Microbiological analysis of honey
In microbiological analysis, negative or non-significant or non-significant results were observed in all samples (mesophile bacteria, presence of molds and yeasts, total coliforms of thermolabile, Salmonella spp.). The absence of microorganisms in the samples of both groups can be explained, in addition to the care in the packaging and added to this, by the low moisture content of the samples, since the water present in honey has a strong interaction with sugars; there is a decrease in water activity reducing its availability to microorganisms [45]. Another factor that contributes to the absence of microorganisms is the acidity of honey, which, due to the presence of hydrogen ions (low pH), maintains its chemical stability, inhibiting the growth of microorganisms [45]. Other factors, in addition to osmotic pressure and pH, also contribute to the low microbial contamination in honey such as presence of hydrogen peroxide, bee-defensin-1 peptide, and phenolic compounds [46].
Pollen spectra of honey
The presence of pollen indicates the type of honey, and its absence is a strong indication of adulteration.
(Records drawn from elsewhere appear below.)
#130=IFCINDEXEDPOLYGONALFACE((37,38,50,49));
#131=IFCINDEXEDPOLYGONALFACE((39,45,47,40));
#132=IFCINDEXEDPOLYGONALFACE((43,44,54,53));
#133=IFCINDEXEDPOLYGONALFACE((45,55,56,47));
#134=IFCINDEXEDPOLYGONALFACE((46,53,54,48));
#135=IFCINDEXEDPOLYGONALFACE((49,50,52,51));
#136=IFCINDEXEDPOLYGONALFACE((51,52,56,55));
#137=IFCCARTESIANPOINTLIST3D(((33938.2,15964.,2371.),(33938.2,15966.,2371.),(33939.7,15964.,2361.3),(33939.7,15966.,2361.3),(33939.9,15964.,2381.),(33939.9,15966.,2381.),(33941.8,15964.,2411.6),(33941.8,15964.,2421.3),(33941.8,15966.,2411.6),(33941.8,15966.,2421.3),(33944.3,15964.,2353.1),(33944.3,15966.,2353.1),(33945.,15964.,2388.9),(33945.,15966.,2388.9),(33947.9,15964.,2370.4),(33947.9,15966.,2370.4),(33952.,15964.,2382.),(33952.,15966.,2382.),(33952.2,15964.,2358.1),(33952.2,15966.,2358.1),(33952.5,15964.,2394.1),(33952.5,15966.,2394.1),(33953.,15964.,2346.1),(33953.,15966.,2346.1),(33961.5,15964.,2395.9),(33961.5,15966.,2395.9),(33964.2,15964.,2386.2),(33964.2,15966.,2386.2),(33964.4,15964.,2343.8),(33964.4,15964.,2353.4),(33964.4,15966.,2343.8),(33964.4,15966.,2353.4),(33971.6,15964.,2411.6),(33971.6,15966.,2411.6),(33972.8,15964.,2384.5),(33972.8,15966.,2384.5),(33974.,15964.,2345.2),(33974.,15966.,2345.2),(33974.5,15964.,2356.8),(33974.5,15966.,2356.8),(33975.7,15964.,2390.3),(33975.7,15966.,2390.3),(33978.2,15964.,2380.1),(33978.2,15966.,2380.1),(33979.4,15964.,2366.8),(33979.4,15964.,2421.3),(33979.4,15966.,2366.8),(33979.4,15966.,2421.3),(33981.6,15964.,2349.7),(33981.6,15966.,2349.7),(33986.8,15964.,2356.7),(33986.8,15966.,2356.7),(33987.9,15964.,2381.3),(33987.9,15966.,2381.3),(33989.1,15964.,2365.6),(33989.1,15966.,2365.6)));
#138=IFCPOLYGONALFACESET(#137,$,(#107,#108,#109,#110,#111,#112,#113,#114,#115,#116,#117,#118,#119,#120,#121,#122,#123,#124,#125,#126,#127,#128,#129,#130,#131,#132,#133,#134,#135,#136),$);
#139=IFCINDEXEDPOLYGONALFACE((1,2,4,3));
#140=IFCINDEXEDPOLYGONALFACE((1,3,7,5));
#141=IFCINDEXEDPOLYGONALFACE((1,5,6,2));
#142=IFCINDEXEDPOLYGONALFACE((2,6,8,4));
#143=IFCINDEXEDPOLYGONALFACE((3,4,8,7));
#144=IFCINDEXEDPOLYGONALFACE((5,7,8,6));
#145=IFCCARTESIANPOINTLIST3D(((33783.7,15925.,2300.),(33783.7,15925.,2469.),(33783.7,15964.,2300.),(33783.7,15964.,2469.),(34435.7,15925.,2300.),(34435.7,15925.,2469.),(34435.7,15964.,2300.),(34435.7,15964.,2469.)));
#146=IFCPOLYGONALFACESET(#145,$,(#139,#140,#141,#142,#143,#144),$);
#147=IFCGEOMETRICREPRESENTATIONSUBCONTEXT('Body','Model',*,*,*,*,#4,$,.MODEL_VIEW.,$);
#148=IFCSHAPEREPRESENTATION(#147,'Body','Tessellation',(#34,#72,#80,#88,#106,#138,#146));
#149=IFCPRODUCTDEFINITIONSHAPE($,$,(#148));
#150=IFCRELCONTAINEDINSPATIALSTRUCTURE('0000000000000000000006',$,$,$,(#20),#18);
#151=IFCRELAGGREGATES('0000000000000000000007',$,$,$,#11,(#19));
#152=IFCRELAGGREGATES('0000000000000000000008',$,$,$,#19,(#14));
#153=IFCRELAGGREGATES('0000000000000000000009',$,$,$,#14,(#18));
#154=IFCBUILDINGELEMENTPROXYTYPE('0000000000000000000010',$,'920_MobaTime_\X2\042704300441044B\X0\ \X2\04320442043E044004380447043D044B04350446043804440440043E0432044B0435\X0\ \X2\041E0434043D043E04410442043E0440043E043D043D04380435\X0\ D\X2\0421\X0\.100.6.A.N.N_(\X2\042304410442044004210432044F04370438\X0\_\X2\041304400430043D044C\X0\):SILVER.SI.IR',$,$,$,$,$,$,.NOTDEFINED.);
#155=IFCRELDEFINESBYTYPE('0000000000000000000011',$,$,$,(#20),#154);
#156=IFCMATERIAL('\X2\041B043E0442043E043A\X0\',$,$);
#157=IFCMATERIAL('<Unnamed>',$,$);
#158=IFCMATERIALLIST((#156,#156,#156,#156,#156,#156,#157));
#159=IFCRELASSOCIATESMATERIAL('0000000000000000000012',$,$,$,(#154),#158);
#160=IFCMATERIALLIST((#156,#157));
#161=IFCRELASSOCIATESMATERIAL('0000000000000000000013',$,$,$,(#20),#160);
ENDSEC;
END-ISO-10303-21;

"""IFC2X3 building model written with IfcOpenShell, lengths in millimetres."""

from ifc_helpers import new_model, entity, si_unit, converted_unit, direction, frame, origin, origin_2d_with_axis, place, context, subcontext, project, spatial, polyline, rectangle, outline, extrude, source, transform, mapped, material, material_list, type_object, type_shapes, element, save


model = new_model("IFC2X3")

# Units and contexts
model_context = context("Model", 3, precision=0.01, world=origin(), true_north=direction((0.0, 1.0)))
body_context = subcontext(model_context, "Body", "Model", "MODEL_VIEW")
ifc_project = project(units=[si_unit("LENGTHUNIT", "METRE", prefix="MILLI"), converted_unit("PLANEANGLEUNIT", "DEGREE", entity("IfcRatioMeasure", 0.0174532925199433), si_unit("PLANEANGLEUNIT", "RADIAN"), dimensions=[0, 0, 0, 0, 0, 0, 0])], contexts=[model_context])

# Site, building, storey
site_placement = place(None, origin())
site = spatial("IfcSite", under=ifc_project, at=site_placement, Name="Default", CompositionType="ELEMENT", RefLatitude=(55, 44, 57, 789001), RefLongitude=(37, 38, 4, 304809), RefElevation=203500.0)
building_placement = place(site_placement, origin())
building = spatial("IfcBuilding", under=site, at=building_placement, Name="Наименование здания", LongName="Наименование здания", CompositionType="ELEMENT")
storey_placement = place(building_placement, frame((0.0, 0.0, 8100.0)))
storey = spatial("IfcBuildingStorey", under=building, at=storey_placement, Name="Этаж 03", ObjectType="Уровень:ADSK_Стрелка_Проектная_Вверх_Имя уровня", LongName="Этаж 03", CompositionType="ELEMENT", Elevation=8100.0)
This was identified in two samples without pollen (figure 2), and these also had the lowest pH values (table 2), with one pH below 3. However, there was no distinction with the other results, both physical-chemical and microbiological. Which indicates how important it is to carry out all physical-chemical, microscopic, and microbiological analyzes in the search for the quality and authenticity of honeys.
CONCLUSION
We conclude that the physicochemical methods, combined with the microbiological and microscopic methods were sufficient to define the adulterated and falsified honeys. In addition, our results show the importance of official labels to guarantee the quality of marketed honey and to bring safety and protection to this product, since no labelled honey was adulterated. Finally, we conclude that identifying the presence or absence of pollen in the samples is a safe and reliable way to verify the authenticity of honey.